The course, Deployment of Machine Learning Models is now live on Udemy

Using the Python json Library

27 November 2016

Using the Python json Library: A Basic Guide

This guide uses Python 3

JSON (JavaScript Object Notation) is everywhere on the internet. It’s a “lightweight data interchange format” which has become one of the most common ways to send information from web applications to web browsers. If you’re doing any work involving calling web APIs, the chances are you are going to come across JSON data.

Python has a library to help you work with JSON: json. It’s part of the Python core, so you don’t have to install it via pip, simply import json and you’re ready to go.

Understanding how this module works will become very important for transforming your data into a useful format. Without taking a bit of time to understand the fundamentals of this module, you are going to spend a lot of time debugging errors such as:

<foo> is not JSON serializable

There are two key methods to understand:

  1. json.dump/json.dumps (Encoding)
  2. json.load/json.loads (Decoding)

A quick note on these methods, the plural versions (dumps/loads) keeps things in memory, the singular (dump/load) write things to a file.

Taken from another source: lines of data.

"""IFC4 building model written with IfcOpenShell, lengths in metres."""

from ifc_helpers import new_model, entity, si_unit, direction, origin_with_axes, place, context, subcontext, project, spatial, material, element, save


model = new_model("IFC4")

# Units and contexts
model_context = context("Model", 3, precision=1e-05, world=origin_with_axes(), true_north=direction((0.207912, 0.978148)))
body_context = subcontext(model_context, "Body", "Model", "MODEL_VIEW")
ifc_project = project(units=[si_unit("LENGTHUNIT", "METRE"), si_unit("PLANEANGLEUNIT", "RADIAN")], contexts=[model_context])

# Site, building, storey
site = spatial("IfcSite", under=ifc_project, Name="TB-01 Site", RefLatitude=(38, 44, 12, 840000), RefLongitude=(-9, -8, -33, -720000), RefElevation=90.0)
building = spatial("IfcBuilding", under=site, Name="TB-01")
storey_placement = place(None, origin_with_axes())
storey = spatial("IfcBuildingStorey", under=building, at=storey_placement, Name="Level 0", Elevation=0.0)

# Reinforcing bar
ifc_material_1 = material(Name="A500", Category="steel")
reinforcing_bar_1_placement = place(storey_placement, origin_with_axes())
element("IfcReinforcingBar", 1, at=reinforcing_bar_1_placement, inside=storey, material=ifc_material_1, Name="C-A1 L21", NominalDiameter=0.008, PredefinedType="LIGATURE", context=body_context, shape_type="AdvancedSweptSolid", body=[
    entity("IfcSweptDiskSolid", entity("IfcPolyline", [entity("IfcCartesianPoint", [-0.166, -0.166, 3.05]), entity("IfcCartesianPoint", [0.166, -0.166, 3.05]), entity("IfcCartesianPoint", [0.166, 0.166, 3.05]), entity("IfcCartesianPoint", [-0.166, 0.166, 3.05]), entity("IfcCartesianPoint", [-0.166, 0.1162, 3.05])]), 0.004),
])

This may not clairfy anything, so let’s dig deeper.

The description given in the official documentation for json.dumps is:

Serialize obj to a JSON formatted str

Why do we need to serialize?

Serialization is one particular type of encoding process, there are other ways to encode, but this is the one the json library is concerned with. Serialization converts data, potentially objects, arrays or similar, into a single string. This allows the data to be more easily stored and transmitted.

When you call a web API, data has to be transmitted to you (usually via an HTTP request). So the chances are that when that data arrives, it will be serialized (encoded). So for you to make sense of it and start manipulating it to do what you want, you will probably have to decode it. If you want later want to send the data onwards, you may need to serialize the data once again.

Examples

Now that we understand what we are trying to do and why, let’s look at some examples.

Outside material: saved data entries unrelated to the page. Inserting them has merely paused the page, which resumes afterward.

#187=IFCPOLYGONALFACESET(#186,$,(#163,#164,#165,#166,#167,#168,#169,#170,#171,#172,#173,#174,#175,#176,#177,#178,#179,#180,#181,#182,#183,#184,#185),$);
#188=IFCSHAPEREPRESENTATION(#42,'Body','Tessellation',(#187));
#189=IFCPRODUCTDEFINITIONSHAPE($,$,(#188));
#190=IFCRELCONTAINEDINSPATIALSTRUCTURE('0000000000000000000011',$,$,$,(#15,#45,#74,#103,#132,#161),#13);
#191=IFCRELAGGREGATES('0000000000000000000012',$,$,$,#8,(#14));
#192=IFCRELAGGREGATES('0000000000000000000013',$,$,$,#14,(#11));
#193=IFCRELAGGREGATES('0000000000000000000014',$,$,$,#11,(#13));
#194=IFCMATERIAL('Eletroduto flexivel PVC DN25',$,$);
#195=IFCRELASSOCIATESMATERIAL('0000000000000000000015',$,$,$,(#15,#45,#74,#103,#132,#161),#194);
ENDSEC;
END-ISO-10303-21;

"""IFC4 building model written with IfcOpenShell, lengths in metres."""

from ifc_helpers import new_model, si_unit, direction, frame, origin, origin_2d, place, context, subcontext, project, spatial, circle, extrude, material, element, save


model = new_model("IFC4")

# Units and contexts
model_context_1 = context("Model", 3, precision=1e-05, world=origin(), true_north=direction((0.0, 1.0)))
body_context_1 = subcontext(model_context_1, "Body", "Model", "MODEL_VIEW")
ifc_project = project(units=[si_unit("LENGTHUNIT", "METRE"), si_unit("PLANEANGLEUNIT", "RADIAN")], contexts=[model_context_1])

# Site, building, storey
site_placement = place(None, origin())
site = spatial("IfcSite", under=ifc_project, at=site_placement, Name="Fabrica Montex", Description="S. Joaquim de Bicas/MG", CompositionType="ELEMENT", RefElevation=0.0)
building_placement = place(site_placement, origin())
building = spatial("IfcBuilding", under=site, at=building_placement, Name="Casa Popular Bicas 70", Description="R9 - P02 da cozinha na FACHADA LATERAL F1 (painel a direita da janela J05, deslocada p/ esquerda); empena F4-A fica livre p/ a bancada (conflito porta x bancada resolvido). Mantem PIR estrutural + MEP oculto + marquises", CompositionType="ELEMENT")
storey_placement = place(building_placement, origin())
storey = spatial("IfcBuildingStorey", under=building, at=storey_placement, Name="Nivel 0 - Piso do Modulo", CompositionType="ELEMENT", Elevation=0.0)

Serialize a Python list for transmission/storage:

my_list = ['foo', 1, (2, 3), 'bar']
serialized_list = json.dumps(my_list)
# --> '["foo", 1, [2, 3], "bar"]'

If I wanted to decode my serialized Python list, I would use the reverse process (note that there is a nasty gotcha with reversing the process when the object in question is a dictionary, read the docs):

decoded_list = json.loads(serialized_list)
# --> ['foo', 1, [2, 3], 'bar']

We could apply this same logic to other data structures also:

my_list_of_dicts = [{"foo": "bar"}, {"abc": 123}]
serialized_lod = json.dumps(my_list_of_dicts)
# --> '[{"foo": "bar"}, {"abc": 123}]'
fixed_lod = json.loads(serialized_lod)
# --> [{'foo': 'bar'}, {'abc': 123}]
Common Errors
1.

TypeError: the JSON object must be str, not <data structure that is not a str>

This what happens when you run json.loads on something that isn’t a string, and hence is defintely not a serialized bit of data.

e.g.

json.loads([1,2,3])
#TypeError: the JSON object must be str, not 'list'
2.

json.decoder.JSONDecodeError: Expecting value: <some line> <some column> <(some character)>

This error gives a look at some of the internals of the json library, where json.loads and json.dumps use the JSONDecoder and JSONEncoder classes respectively. This type of error occurs when you have passed in a string, but the string is not valid JSON (common issues include missing curly braces, missing quotation marks)

e.g.

json_string = '{"abc":"defg"}'
json.loads(json_string)
#No problem

non_json_string = "abcdefg"
json.loads(non_json_string)
#throws the error because the string is not JSON-like
3.

<foo> is not JSON serializable

This error occurs when you try to serialize something that is not JSON serializable. A lot of things are “not JSON serializable”, but generally this will apply to more complex objects.

e.g.

class MyClass():
    def __init__(self, name):
        self.name = name
        
json.dumps(MyClass)
#TypeError: <class '__main__.MyClass'> is not JSON serializable
The Decoder - json.loads

It’s important to understand that the JSONDecoder (behind json.loads) makes the following conversions (from JSON to Python):

XSS Diagram

Now you are ready to deal with the majority of JSON-related code you will have to write in basic Python web applications.